ASSIGNMENT | Count the lines containing "XDim" in the entries underneath, and state that count without anything else.

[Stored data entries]
<<<<
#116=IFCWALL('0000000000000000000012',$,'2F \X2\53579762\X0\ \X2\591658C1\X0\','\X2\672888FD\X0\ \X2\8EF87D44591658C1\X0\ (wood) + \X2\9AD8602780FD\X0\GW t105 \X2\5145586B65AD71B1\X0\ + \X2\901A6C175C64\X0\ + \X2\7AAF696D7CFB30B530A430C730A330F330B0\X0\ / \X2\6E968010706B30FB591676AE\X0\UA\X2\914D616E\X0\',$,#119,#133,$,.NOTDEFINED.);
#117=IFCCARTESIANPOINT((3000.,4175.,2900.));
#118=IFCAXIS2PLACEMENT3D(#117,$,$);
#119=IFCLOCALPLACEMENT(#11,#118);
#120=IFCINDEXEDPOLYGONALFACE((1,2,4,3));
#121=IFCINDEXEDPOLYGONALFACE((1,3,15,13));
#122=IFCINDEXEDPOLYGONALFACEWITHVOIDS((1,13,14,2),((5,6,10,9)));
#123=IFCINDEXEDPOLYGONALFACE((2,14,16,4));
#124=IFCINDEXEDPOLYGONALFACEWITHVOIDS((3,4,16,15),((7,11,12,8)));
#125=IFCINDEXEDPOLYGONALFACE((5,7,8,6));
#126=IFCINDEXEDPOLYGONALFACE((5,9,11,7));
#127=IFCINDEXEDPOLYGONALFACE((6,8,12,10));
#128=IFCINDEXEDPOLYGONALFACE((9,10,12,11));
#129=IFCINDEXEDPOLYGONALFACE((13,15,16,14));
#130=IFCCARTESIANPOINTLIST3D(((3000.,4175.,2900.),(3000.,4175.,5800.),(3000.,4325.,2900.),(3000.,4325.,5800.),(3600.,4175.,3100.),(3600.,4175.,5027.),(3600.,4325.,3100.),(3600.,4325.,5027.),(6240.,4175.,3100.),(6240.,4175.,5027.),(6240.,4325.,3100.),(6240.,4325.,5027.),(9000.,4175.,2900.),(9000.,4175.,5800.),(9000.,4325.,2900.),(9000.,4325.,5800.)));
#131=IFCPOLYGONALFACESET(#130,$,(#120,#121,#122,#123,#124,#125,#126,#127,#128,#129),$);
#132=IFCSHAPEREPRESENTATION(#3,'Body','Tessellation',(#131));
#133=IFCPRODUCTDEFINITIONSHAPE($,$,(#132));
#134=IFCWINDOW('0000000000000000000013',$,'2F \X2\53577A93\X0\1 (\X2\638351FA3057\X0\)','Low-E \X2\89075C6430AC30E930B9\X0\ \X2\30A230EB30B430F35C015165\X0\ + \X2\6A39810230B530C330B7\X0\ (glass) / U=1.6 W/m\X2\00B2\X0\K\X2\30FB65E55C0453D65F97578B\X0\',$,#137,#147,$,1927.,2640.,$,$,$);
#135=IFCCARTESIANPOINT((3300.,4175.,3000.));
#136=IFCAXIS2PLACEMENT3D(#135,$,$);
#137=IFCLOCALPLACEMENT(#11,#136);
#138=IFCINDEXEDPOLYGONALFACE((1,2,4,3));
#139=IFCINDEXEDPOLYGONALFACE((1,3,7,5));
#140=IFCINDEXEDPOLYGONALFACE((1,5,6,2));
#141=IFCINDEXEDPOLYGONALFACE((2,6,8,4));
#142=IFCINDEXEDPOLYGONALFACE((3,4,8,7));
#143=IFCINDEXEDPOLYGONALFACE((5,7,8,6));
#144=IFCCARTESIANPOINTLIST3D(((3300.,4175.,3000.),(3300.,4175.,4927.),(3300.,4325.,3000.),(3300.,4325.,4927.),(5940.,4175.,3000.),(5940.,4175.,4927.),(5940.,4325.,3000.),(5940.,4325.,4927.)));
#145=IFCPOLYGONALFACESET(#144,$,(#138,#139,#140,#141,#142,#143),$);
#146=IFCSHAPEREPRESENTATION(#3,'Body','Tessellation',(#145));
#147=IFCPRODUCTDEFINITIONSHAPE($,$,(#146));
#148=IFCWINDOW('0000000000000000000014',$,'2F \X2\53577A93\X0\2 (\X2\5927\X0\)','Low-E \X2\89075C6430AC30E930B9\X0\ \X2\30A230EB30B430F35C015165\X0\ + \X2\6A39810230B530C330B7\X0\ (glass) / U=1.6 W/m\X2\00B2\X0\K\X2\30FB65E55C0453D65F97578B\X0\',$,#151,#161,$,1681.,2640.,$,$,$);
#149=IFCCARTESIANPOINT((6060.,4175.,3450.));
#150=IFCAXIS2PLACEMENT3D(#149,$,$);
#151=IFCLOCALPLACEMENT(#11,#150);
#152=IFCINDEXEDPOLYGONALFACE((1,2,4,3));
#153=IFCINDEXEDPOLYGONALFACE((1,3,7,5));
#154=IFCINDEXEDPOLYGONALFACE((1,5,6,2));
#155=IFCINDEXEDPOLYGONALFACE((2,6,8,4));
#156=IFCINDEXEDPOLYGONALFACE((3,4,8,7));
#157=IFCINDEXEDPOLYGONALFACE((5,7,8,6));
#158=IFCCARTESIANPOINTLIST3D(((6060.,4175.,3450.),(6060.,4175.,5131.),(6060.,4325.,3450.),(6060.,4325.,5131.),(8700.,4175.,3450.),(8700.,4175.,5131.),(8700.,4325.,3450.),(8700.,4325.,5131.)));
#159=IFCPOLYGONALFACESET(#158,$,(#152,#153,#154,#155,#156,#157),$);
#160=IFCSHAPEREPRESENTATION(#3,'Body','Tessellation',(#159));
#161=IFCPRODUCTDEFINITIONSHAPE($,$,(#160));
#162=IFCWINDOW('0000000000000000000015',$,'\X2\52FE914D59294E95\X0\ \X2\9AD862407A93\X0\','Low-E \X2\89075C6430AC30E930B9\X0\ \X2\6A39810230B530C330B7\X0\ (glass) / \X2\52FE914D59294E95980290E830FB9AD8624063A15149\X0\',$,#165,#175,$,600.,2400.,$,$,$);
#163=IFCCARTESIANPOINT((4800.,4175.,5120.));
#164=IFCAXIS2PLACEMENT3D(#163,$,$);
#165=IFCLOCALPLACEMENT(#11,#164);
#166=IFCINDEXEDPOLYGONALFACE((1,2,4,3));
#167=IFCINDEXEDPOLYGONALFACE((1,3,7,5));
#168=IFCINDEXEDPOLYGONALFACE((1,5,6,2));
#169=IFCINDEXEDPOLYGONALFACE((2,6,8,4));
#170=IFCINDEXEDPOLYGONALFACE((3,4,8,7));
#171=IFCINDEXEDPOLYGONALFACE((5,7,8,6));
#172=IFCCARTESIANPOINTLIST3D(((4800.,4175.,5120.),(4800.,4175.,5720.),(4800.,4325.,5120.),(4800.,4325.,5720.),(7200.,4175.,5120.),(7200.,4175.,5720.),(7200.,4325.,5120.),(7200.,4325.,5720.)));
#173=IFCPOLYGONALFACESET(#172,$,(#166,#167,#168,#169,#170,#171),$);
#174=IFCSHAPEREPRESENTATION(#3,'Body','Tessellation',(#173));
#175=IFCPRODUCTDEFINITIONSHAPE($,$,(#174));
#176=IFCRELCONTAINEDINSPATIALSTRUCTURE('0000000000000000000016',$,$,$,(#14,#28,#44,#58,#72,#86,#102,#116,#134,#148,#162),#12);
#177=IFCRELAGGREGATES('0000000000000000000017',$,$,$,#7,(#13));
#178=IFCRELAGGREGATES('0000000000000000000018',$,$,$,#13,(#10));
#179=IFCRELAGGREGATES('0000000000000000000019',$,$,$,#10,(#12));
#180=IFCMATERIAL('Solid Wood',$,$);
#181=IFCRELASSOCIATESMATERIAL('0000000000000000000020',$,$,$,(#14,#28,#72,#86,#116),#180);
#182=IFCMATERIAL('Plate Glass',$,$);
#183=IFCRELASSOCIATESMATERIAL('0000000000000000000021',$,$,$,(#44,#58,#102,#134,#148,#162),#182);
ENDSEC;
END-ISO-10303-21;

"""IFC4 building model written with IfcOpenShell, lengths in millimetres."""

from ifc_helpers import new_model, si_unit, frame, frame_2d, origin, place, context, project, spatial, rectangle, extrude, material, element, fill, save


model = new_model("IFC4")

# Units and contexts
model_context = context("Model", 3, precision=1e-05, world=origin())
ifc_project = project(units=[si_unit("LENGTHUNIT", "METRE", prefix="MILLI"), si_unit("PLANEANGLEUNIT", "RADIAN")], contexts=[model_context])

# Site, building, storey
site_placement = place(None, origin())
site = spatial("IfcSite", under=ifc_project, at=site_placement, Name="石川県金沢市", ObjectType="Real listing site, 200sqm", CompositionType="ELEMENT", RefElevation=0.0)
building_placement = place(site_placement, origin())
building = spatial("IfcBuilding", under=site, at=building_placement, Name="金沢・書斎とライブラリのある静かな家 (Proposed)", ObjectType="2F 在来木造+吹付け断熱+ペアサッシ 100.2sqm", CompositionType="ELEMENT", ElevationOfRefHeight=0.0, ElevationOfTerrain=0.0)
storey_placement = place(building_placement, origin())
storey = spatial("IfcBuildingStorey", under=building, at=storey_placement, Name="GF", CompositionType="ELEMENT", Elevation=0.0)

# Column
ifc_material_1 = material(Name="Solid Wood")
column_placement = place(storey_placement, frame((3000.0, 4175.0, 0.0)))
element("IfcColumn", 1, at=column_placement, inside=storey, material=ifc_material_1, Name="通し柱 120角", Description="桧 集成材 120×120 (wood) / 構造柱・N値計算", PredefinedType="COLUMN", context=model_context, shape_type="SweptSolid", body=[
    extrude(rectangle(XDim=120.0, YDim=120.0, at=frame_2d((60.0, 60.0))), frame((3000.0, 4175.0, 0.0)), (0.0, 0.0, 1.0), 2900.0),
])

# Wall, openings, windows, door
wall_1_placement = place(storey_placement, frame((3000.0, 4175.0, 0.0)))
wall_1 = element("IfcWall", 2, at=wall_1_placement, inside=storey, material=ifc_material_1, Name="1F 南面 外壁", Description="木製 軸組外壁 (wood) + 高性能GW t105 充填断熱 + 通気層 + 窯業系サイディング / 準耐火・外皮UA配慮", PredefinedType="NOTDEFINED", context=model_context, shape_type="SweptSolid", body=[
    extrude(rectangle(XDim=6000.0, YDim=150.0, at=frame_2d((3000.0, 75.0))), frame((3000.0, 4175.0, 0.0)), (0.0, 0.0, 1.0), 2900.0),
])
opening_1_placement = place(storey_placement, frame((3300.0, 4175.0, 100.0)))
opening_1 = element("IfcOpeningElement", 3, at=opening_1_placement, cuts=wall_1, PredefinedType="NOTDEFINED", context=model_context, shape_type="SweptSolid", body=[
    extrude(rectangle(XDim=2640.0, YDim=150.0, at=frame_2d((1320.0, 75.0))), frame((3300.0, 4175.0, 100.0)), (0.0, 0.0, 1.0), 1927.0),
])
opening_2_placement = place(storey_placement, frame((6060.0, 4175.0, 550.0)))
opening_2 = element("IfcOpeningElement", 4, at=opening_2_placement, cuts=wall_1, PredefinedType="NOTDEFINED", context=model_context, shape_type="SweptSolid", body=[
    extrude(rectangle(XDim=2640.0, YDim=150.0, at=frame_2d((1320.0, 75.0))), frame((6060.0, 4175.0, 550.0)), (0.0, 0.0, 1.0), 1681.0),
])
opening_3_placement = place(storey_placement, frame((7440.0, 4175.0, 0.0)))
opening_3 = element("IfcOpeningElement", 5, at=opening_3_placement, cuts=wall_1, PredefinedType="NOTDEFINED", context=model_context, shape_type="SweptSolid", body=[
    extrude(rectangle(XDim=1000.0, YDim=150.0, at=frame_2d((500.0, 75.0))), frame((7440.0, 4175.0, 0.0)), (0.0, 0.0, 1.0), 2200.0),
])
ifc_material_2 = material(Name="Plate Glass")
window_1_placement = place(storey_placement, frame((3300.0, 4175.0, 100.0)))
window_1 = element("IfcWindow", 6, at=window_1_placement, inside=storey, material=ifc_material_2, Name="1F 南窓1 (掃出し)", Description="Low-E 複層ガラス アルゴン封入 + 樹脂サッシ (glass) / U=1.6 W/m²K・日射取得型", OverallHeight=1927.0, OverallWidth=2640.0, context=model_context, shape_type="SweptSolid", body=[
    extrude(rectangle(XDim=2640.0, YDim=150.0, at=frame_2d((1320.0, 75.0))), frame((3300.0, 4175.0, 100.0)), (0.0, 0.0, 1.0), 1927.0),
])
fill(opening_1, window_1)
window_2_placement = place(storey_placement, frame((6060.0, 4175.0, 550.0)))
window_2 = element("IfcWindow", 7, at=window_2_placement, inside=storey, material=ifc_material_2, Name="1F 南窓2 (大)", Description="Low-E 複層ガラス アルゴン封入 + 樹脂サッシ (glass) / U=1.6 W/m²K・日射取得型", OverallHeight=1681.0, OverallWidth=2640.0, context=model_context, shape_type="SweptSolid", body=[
>>>>
EXERCISE ANSWER | 6